__PROBLEM DESCRIPTION__. Find and copy each line of the data that includes "LongName".

DATA SUPPLIED Block Start

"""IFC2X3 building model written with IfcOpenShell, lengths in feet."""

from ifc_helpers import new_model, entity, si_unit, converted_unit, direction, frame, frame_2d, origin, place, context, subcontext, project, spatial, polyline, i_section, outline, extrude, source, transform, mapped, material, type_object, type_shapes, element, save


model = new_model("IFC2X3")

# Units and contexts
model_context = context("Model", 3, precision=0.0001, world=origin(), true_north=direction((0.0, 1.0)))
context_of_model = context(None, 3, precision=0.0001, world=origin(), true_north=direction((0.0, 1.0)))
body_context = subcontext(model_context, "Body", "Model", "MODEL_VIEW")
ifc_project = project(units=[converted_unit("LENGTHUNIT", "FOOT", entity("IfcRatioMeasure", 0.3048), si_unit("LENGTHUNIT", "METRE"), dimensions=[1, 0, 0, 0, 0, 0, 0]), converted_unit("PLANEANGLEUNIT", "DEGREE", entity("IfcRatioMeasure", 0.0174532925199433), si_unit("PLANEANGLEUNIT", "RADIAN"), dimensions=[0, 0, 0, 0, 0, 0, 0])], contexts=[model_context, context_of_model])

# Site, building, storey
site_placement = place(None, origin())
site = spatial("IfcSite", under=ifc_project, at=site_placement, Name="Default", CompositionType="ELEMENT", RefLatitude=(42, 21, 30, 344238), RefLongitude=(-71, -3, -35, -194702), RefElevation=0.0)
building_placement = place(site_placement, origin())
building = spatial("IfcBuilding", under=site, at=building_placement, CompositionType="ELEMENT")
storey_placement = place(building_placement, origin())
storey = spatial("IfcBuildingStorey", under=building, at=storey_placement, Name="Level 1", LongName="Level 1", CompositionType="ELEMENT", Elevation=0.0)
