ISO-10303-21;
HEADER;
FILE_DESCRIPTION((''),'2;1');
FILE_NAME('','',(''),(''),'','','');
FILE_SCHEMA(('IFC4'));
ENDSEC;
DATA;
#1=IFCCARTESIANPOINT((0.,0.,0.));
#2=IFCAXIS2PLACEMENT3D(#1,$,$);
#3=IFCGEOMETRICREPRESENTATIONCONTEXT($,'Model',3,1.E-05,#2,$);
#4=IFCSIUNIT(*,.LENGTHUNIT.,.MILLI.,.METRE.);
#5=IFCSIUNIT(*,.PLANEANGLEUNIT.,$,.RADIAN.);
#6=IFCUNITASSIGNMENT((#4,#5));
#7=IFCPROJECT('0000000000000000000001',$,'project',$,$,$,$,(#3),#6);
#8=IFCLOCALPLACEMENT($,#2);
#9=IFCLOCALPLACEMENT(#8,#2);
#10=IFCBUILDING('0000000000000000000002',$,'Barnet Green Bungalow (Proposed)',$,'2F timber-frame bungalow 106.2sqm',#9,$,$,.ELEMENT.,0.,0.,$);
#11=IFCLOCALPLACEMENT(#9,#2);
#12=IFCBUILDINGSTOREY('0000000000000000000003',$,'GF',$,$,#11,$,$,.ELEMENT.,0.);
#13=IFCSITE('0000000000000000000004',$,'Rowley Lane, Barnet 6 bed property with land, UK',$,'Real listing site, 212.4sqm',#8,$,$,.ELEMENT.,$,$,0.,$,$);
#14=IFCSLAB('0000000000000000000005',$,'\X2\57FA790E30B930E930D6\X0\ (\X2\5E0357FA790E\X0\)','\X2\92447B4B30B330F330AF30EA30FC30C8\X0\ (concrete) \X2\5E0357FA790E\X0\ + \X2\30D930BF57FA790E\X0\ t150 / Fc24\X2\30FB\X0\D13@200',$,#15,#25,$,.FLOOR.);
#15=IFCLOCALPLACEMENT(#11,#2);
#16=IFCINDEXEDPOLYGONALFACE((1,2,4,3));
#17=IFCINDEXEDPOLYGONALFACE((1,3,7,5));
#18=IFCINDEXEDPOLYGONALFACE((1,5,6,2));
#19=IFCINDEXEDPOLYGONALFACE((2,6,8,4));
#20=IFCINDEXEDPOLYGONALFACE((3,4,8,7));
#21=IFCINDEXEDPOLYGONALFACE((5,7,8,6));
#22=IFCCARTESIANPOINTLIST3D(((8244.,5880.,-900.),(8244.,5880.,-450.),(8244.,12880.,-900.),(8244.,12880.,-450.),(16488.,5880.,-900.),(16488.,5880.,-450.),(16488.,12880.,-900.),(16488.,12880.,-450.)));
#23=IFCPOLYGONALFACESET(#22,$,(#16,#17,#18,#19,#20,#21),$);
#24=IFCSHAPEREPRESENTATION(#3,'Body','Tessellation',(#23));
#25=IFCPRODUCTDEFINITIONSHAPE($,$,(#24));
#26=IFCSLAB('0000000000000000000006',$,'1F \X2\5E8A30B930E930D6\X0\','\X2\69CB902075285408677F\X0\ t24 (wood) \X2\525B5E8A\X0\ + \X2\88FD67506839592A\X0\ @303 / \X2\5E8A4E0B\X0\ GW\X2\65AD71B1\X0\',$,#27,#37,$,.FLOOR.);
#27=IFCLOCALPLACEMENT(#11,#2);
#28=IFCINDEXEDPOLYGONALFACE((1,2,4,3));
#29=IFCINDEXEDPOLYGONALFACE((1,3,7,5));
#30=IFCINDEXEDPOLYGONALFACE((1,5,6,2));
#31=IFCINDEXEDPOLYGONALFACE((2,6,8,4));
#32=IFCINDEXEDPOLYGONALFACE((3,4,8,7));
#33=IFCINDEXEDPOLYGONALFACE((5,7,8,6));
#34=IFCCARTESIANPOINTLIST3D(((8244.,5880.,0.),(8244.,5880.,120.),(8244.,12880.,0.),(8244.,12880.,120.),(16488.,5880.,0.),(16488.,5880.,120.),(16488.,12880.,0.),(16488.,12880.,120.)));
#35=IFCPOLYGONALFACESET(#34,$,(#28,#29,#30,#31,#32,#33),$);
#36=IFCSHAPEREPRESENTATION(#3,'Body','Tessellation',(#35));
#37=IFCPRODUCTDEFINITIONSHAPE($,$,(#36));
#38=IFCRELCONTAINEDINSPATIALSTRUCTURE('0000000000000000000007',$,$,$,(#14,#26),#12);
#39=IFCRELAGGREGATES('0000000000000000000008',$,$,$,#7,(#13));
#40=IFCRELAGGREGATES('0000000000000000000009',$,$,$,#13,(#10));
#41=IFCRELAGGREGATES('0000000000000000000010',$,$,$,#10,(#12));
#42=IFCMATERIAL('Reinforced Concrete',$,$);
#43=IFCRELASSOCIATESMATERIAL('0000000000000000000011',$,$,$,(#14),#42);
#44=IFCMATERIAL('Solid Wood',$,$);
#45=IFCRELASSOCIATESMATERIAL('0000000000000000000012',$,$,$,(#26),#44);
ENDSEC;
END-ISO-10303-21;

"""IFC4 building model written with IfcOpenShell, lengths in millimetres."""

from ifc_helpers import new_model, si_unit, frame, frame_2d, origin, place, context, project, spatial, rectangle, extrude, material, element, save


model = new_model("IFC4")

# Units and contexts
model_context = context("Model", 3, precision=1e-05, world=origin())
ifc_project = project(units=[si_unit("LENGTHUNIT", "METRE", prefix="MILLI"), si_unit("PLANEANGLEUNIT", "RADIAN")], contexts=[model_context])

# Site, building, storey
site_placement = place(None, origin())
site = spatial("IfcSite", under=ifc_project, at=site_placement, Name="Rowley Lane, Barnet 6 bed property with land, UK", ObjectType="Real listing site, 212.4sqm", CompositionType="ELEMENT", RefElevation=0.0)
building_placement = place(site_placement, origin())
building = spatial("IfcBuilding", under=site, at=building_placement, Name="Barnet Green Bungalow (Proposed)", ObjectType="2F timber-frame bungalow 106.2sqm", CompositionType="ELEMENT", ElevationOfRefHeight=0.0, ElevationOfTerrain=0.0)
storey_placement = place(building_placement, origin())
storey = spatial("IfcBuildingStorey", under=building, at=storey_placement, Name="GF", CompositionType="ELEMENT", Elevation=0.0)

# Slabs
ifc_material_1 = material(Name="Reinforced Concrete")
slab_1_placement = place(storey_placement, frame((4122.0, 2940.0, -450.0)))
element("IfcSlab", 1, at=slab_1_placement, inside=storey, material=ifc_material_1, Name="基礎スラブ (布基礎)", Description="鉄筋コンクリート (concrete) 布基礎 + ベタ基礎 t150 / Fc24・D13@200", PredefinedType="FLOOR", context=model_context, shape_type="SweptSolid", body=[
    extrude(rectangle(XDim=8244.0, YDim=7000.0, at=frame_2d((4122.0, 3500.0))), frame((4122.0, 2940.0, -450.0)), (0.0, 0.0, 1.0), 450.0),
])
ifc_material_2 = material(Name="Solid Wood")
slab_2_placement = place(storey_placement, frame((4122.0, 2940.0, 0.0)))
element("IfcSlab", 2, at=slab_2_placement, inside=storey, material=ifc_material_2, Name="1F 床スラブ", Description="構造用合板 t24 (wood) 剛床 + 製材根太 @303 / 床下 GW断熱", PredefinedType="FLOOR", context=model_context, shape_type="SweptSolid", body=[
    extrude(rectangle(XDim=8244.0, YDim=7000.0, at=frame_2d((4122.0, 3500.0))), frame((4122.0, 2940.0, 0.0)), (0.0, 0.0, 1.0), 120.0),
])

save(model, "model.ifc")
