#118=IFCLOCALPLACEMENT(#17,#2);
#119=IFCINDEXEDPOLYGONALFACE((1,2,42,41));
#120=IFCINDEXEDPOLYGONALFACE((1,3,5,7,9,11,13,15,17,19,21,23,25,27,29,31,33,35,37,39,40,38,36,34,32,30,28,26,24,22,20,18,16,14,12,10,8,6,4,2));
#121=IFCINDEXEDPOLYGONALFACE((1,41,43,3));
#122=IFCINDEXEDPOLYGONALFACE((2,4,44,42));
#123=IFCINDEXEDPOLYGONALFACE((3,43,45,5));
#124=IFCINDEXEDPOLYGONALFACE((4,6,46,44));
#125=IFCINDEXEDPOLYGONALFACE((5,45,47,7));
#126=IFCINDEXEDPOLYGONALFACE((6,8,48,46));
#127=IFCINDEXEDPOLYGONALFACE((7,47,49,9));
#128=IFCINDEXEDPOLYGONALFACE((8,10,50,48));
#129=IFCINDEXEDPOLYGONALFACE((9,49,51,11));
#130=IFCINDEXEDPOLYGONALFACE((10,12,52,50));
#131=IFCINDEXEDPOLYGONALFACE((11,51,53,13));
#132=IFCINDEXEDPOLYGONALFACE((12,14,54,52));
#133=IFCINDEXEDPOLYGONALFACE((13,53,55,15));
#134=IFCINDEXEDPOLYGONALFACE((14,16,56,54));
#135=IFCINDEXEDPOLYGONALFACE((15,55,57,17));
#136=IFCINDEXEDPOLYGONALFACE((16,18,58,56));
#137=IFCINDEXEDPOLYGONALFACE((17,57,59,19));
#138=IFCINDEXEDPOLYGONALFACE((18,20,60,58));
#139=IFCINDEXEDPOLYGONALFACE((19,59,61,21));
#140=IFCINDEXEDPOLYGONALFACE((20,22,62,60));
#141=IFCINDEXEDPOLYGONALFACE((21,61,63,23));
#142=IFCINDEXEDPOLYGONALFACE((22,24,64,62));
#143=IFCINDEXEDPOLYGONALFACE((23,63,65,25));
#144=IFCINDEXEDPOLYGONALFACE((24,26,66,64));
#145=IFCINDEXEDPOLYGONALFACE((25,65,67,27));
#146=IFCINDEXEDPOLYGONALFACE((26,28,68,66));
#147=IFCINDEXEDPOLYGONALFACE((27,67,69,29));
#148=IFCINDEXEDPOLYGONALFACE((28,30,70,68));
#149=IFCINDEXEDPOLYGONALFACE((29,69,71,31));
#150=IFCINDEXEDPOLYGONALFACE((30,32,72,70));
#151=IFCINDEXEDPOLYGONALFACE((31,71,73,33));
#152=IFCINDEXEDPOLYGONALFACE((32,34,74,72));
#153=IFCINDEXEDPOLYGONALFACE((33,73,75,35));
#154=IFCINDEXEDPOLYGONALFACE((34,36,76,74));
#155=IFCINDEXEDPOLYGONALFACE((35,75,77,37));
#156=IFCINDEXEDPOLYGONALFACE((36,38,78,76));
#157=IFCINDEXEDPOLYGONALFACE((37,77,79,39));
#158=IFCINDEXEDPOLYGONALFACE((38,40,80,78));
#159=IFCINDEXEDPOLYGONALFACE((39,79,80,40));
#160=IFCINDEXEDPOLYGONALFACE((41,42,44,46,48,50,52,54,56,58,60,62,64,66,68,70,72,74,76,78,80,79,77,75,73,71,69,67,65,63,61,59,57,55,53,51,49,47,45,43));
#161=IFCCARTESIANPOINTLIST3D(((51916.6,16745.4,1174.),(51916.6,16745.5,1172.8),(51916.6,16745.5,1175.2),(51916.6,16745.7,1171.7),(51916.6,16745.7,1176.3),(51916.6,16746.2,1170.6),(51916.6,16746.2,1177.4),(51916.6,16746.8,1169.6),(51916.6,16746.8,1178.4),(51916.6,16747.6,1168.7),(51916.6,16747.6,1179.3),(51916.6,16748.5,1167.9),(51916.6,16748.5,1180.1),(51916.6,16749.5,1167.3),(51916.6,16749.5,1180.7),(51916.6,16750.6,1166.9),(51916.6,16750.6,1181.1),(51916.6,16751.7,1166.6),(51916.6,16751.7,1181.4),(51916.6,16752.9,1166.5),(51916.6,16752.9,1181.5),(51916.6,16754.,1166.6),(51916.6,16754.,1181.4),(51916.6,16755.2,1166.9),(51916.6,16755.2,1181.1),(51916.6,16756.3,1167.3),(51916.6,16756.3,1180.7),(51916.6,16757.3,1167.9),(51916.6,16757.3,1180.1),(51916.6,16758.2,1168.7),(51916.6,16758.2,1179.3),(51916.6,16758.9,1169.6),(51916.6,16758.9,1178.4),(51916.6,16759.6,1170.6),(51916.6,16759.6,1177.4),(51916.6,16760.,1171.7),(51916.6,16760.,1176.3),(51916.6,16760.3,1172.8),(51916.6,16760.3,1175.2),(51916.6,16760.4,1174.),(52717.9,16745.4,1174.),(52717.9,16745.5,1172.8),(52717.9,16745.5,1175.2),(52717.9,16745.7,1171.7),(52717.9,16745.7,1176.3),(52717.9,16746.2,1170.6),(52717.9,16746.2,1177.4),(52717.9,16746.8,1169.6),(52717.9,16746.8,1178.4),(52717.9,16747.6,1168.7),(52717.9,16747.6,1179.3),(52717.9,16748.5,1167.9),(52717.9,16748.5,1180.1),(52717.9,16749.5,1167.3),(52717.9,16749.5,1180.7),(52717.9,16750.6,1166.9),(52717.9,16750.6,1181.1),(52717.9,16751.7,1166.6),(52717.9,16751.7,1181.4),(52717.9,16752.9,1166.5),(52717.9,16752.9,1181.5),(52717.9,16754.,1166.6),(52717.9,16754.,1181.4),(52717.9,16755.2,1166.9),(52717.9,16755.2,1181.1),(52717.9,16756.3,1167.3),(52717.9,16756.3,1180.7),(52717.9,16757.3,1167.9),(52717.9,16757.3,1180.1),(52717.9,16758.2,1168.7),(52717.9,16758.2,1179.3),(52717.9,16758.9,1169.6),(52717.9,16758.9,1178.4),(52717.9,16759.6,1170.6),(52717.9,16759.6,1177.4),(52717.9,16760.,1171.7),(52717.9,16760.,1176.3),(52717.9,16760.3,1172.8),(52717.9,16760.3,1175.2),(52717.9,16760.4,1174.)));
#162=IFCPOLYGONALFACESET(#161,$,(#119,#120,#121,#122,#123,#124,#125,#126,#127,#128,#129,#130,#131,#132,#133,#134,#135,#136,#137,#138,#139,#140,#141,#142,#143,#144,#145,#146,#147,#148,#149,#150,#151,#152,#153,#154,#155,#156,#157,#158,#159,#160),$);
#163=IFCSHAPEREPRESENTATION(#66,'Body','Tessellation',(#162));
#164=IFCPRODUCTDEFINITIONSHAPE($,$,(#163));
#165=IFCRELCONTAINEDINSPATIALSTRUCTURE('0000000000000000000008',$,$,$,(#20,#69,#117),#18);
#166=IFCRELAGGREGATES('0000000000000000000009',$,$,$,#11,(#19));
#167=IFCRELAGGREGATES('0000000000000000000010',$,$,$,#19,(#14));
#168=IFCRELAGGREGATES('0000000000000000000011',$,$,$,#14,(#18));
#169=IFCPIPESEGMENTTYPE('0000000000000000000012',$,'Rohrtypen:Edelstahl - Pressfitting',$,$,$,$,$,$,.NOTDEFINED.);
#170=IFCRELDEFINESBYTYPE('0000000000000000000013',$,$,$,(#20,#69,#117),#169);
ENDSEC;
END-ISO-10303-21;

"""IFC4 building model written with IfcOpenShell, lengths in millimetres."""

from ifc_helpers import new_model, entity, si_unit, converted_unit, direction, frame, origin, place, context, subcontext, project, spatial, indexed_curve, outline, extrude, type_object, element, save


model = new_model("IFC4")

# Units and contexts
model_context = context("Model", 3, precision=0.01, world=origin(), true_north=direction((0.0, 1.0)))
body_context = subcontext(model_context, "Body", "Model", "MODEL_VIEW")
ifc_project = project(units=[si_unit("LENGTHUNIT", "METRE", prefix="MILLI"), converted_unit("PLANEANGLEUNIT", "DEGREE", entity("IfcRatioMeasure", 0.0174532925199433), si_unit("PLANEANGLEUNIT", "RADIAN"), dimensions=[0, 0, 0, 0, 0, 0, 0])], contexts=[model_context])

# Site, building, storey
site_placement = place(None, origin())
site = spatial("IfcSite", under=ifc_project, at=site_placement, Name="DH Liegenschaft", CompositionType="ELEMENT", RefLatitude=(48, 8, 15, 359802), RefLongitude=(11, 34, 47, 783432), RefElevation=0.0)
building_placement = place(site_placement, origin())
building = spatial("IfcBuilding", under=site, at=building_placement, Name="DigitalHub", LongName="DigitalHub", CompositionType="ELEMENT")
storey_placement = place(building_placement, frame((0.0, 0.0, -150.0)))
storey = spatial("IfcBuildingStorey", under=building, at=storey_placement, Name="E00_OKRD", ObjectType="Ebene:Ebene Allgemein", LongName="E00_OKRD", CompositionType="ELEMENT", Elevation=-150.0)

DATA SUPPLIED Block End

__ANSWER SPACE__.
storey = spatial("IfcBuildingStorey", under=building, at=storey_placement, Name="Level 1", LongName="Level 1", CompositionType="ELEMENT", Elevation=0.0)
building = spatial("IfcBuilding", under=site, at=building_placement, Name="DigitalHub", LongName="DigitalHub", CompositionType="ELEMENT")
storey = spatial("IfcBuildingStorey", under=building, at=storey_placement, Name="E00_OKRD", ObjectType="Ebene:Ebene Allgemein", LongName="E00_OKRD", CompositionType="ELEMENT", Elevation=-150.0)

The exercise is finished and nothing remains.